Я, чтобы не нарушать лояльности в отношении непосредственного начальника – Ю.В. Андропова, сообщил ему об этом (и заодно рассказал коротко о содержании проекта речи, спросил совета). Он мне сказал: «Что же, раз в эту историю попал, действуй так, как считаешь нужным». Неудовольствия, равно как призыва к осторожности, к тому, чтобы уклоняться от столкновения, я не уловил. Собственно, на такой ответ и рассчитывал.

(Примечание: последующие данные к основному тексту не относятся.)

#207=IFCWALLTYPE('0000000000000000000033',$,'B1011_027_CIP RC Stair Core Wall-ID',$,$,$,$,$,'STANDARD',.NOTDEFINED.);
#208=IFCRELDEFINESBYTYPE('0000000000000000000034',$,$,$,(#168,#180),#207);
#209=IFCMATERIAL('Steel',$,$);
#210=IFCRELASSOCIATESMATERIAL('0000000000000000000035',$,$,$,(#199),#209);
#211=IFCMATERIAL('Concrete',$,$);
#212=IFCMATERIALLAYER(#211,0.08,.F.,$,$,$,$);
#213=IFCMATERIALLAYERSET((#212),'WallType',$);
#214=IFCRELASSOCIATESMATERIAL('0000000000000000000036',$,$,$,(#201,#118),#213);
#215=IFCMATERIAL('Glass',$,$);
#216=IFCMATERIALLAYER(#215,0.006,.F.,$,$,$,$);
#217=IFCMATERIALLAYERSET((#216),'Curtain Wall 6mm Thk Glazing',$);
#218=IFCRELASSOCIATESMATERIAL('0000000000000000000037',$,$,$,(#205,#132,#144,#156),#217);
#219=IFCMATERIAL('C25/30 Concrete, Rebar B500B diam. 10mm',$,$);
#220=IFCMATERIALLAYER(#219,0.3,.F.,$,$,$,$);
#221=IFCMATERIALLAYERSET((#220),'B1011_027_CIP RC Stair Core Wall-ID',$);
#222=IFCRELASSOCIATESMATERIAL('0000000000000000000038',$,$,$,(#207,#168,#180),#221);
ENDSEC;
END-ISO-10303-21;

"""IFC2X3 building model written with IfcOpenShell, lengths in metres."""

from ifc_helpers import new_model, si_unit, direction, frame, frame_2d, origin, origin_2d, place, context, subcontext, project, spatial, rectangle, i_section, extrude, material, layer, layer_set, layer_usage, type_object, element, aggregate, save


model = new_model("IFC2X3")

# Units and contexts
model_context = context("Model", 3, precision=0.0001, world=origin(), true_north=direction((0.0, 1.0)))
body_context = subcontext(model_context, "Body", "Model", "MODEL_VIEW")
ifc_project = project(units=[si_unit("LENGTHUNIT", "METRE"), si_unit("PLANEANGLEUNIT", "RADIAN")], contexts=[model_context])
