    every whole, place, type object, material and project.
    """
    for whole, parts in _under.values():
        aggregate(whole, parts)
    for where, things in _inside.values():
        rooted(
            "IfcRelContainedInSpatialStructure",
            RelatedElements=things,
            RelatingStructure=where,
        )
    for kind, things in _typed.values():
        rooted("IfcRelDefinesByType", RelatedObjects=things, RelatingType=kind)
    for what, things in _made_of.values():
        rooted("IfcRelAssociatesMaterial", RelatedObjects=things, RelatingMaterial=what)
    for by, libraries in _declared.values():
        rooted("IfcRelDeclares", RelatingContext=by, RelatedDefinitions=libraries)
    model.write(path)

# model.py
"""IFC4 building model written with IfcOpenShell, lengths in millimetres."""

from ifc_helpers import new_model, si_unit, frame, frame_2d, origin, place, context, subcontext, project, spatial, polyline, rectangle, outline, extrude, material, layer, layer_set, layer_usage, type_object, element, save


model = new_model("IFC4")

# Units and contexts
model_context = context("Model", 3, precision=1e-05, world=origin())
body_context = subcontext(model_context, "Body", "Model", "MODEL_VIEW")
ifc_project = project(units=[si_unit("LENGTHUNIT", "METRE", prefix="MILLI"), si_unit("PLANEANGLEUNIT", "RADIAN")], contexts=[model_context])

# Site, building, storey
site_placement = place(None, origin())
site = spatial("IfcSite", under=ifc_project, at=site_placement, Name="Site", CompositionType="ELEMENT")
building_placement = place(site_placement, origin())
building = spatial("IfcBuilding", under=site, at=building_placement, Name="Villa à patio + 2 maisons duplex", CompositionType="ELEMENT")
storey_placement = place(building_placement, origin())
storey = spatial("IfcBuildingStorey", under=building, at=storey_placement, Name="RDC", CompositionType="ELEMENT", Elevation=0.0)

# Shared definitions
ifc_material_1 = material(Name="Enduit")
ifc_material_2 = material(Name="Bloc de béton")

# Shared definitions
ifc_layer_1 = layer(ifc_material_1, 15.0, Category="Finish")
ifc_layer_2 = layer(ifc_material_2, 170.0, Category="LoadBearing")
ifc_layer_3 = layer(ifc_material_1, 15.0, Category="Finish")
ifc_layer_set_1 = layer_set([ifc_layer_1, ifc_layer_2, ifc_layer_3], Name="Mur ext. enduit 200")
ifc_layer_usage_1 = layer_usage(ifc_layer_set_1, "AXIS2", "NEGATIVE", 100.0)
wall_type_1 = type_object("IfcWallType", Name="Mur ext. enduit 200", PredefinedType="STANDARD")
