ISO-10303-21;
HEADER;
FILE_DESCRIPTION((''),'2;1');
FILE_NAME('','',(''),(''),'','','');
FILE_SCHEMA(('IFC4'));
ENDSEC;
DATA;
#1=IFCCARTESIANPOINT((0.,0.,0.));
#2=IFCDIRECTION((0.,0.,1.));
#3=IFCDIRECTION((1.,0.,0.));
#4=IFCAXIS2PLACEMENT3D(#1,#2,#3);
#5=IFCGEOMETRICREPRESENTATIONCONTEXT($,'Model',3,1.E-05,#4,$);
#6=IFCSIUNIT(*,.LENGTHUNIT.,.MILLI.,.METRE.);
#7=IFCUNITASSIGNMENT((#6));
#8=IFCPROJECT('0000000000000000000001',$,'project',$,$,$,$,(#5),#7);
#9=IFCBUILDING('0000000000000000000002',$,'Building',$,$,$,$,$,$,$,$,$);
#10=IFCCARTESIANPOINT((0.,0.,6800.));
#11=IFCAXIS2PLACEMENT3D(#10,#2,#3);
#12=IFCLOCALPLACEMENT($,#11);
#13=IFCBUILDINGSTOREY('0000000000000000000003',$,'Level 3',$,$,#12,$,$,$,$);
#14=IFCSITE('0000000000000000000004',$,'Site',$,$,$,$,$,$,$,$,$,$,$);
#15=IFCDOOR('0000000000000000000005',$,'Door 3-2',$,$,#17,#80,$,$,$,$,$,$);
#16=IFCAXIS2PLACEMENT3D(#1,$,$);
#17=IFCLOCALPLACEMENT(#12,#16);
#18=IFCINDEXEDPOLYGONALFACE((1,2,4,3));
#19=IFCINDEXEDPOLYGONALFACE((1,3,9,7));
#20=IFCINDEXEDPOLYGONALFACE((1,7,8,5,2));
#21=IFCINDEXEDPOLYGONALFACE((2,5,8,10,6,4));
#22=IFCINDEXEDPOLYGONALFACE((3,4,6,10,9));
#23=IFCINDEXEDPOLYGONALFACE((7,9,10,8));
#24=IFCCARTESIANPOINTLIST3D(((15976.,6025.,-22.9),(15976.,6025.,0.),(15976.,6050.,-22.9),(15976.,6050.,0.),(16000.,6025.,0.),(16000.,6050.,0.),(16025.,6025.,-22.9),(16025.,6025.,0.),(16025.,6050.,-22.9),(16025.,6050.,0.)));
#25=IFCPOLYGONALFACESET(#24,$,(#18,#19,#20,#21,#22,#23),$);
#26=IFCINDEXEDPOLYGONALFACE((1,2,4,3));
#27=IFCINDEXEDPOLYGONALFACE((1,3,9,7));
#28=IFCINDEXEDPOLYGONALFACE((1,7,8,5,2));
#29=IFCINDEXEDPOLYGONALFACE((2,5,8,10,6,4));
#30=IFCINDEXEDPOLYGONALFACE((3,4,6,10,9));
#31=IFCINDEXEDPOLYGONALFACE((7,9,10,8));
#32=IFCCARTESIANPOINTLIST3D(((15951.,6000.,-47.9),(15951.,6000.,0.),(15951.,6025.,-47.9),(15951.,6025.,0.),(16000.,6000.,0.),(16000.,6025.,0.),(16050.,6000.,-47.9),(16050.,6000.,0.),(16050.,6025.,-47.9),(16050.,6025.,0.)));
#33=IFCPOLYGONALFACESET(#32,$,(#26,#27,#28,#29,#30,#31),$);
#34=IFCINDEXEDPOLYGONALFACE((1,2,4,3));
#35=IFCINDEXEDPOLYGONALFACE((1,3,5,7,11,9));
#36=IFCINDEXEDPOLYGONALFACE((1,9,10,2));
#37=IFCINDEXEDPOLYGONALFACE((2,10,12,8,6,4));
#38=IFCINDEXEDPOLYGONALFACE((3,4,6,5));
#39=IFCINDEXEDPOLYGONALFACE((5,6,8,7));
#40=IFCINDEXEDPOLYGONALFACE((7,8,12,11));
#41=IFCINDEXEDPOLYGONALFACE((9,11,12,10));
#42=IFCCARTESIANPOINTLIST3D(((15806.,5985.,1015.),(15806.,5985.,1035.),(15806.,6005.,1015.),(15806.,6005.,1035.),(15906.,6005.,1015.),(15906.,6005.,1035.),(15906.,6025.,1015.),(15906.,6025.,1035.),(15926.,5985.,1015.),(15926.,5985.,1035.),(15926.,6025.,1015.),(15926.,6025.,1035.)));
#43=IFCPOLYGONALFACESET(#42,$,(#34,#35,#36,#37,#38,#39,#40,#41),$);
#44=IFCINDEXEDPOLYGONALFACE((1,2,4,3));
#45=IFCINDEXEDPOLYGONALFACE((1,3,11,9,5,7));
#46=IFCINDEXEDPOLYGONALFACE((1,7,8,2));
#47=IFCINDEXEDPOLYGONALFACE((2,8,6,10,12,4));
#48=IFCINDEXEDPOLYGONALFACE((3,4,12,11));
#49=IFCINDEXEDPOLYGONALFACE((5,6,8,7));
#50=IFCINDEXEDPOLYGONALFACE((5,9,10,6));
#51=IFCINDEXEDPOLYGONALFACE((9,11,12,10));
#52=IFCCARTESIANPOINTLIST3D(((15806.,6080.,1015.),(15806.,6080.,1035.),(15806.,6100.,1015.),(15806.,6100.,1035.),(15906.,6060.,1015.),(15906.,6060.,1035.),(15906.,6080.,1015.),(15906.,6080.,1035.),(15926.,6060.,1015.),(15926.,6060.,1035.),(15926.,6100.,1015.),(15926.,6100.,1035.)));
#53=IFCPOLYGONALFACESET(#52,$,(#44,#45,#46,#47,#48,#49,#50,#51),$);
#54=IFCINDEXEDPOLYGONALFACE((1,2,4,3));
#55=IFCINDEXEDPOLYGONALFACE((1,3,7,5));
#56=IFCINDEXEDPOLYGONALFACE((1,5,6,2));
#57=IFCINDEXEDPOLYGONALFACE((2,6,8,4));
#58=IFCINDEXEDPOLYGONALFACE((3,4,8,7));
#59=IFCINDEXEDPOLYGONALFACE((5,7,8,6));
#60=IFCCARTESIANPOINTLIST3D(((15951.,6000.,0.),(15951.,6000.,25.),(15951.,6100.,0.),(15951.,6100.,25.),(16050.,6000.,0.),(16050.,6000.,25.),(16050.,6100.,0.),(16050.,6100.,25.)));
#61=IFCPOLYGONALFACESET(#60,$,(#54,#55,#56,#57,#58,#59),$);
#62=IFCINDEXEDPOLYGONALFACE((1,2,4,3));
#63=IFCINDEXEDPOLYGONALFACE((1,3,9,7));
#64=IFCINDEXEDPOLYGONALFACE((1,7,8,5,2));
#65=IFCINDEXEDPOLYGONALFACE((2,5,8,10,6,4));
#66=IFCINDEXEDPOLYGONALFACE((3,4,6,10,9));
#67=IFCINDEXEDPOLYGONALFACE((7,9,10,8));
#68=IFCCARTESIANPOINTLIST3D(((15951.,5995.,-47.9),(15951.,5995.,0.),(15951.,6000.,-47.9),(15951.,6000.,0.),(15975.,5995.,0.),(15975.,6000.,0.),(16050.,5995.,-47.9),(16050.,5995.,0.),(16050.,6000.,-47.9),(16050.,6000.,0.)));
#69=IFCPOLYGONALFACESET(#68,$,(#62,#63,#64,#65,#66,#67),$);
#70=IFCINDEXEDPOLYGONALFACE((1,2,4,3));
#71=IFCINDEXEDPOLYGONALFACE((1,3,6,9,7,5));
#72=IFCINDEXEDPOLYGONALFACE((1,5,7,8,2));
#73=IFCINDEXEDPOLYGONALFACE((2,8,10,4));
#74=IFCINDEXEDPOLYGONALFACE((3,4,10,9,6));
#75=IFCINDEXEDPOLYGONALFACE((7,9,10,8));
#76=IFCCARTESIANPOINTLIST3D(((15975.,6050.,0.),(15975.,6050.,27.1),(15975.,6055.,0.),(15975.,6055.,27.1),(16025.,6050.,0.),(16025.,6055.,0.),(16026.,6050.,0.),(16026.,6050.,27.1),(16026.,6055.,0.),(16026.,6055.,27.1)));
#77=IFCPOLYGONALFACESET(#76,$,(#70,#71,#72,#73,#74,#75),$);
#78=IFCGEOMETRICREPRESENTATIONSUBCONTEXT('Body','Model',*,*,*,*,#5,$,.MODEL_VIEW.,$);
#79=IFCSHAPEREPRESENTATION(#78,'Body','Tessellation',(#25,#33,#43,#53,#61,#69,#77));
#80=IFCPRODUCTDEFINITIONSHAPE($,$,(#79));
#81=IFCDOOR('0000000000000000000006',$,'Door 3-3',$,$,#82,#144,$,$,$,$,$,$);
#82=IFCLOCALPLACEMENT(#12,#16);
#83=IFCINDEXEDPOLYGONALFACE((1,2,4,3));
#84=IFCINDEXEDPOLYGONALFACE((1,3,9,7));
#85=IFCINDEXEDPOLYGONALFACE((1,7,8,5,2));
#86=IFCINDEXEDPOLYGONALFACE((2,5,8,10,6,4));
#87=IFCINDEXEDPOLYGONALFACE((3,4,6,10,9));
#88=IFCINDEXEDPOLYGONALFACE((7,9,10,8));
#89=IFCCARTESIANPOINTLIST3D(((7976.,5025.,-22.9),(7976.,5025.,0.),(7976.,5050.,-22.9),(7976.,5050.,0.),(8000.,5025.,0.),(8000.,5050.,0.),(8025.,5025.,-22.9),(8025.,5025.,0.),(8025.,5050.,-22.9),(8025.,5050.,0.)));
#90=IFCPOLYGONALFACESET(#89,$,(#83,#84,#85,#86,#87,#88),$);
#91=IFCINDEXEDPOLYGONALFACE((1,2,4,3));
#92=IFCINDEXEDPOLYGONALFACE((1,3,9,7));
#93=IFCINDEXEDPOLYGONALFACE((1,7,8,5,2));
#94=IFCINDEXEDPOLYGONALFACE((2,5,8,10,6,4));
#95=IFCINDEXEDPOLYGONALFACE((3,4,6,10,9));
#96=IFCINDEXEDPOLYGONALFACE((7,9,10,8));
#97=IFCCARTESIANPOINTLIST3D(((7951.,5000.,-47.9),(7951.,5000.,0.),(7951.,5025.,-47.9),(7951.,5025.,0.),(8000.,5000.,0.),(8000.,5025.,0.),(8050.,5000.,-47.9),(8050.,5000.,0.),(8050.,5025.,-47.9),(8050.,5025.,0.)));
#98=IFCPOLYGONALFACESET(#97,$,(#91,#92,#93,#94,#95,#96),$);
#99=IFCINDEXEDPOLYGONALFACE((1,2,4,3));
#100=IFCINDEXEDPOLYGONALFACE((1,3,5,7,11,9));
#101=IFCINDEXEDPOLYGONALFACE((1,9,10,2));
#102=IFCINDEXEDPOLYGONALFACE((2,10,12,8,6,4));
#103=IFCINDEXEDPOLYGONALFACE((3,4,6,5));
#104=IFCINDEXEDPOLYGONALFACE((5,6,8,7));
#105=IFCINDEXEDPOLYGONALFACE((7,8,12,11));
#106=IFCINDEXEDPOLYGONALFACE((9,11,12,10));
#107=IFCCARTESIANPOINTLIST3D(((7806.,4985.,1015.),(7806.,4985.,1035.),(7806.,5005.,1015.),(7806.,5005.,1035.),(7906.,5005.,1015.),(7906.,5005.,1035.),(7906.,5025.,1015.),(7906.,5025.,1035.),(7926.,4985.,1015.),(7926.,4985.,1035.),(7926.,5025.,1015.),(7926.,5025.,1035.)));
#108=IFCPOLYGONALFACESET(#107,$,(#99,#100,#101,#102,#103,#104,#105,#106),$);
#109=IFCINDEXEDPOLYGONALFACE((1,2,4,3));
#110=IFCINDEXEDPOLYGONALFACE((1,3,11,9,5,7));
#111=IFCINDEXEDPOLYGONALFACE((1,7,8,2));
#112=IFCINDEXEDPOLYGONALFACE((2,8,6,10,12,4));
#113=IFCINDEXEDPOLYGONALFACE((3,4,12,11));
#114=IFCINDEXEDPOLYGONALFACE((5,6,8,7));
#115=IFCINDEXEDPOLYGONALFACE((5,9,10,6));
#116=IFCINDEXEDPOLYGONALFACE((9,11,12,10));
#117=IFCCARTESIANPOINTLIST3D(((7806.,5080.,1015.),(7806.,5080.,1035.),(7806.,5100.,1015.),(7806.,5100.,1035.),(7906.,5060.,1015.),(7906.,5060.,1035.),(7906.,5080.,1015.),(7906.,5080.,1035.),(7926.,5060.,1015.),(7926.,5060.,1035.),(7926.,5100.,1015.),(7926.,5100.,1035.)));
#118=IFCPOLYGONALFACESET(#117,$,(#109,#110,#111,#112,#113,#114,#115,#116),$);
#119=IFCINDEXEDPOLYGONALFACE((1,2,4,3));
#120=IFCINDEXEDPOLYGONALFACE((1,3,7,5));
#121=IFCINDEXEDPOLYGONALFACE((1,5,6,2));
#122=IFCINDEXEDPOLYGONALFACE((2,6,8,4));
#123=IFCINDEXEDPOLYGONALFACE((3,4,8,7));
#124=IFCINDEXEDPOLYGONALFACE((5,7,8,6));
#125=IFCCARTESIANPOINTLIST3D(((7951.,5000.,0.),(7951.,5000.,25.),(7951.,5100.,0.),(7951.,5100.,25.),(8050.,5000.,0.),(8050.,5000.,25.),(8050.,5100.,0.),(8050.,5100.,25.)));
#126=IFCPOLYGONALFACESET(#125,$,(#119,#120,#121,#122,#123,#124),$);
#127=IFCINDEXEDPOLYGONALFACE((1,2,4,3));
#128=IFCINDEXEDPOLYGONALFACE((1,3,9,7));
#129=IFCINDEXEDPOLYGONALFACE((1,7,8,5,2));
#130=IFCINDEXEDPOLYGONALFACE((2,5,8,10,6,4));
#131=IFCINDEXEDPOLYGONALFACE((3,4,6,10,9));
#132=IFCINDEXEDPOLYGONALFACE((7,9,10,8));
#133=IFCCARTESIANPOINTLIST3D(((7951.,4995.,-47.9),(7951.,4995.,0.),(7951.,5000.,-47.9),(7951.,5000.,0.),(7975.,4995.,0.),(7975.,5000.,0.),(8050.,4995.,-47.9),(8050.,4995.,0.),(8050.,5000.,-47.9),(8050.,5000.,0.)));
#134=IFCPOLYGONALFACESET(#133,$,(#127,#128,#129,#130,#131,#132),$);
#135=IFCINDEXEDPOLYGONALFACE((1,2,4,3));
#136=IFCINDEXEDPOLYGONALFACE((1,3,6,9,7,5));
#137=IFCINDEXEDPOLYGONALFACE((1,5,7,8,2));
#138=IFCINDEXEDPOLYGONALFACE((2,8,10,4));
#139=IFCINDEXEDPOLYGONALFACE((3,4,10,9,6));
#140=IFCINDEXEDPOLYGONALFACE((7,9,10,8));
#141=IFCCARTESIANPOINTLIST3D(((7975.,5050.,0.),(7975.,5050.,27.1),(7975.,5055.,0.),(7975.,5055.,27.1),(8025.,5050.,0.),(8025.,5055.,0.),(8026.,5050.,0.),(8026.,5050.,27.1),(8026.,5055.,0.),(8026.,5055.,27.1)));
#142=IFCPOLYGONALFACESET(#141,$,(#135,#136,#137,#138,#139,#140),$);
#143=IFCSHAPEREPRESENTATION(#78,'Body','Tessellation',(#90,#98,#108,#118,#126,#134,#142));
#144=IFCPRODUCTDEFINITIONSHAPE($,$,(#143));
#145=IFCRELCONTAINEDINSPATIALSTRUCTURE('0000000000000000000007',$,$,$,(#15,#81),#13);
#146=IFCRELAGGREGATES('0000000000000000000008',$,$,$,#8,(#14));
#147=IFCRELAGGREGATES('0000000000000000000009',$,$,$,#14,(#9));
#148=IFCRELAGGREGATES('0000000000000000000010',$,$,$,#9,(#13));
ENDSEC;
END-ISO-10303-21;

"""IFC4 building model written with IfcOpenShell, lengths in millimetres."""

from ifc_helpers import new_model, si_unit, frame, origin_with_axes, place, context, subcontext, project, spatial, line, indexed_curve, outline, extrude, element, save


model = new_model("IFC4")

# Units and contexts
model_context = context("Model", 3, precision=1e-05, world=origin_with_axes())
body_context = subcontext(model_context, "Body", "Model", "MODEL_VIEW")
ifc_project = project(units=[si_unit("LENGTHUNIT", "METRE", prefix="MILLI")], contexts=[model_context])

# Site, building, storey
site = spatial("IfcSite", under=ifc_project, Name="Site")
building = spatial("IfcBuilding", under=site, Name="Building")
storey_placement = place(None, frame((0.0, 0.0, 6800.0), z_axis=(0.0, 0.0, 1.0), x_axis=(1.0, 0.0, 0.0)))
storey = spatial("IfcBuildingStorey", under=building, at=storey_placement, Name="Level 3")

# Doors
door_1_placement = place(storey_placement, frame((16000.0, 6000.0, 0.0), z_axis=(0.0, 0.0, 1.0), x_axis=(1.0, 0.0, 0.0)))
element("IfcDoor", 1, at=door_1_placement, inside=storey, Name="Door 3-2", context=body_context, shape_type="SweptSolid", body=[
    extrude(outline(indexed_curve([(0.0, 0.0), (0.0, 2.1), (1.0, 2.1), (1.0, 0.0), (-24.0, 0.0), (-24.0, -22.9), (25.0, -22.9), (25.0, 0.0)], segments=[line(1, 2, 3, 4, 5, 6, 7, 8, 1)])), frame((0.0, 25.0, 0.0), z_axis=(0.0, -1.0, 0.0), x_axis=(1.0, 0.0, 0.0)), (0.0, 0.0, -1.0), 25.0),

Потом допоздна сидел и готовился. Подумав, решил, что наиболее эффективным способом отвергнуть проект речи будут не призывы к политической порядочности (можно ли, разоблачив Сталина как преступника, теперь его восхвалять?) и не абстрактные рассуждения о вреде культа личности и его несоответствии марксизму, а предельно предметные аргументы о пагубных практических последствиях такого выступления нового лидера для него самого, для партии и страны.
Первый аргумент сводился к тому, что выступление вызовет серьезные осложнения в ряде социалистических стран (я работал в отделе, который занимался ими, и начать с этого было естественным). В двух из этих стран, решил я напомнить Брежневу, лидерами стали люди, в свое время посаженные Сталиным в тюрьму и чудом оставшиеся в живых, – Кадар в Венгрии и Гомулка в Польше. В третьей – Болгарии – сразу после XX съезда прежний руководитель был снят пленумом ЦК за злоупотребления властью. Что же, там снова менять лидеров? Ведь этого местные сталинисты непременно захотят. Неужто Брежневу сейчас, в этот и без того непростой момент, нужны такие осложнения?
Второй аргумент – реакция компартий Запада. Они с трудом, а кое-где с немалыми издержками переварили XX съезд. Что ж им теперь делать: встать в оппозицию к нам либо заново совершать «поворот кругом», подтверждая обвинение в том, что своей позиции они не имеют и рабски следуют всем поворотам и кульбитам политики Москвы?
И третий аргумент – внутренний. Я не поленился заново прочесть стенограмму XXII съезда и выписал из нее самые яркие высказывания против Сталина деятелей, еще состоявших при Брежневе в числе членов и кандидатов в члены политбюро, секретарей ЦК (в том числе Шелепина, Суслова, Подгорного, Мжаванадзе и др.). Как же они, совсем недавно клеймившие Сталина, требовавшие вынести его прах из Мавзолея и поставить памятник его жертвам, после такой речи нового генсека будут выглядеть в глазах партии, широкой советской и зарубежной общественности? Как будут смотреть в глаза людям? Или товарищ Брежнев специально хочет их дискредитировать, чтобы потом с ними расстаться? И наконец, не зададут ли и ему самому вопрос: где он был раньше? Ведь товарищ Брежнев участвовал во всех съездах партии, начиная с XIX, и с того же съезда был членом ЦК КПСС.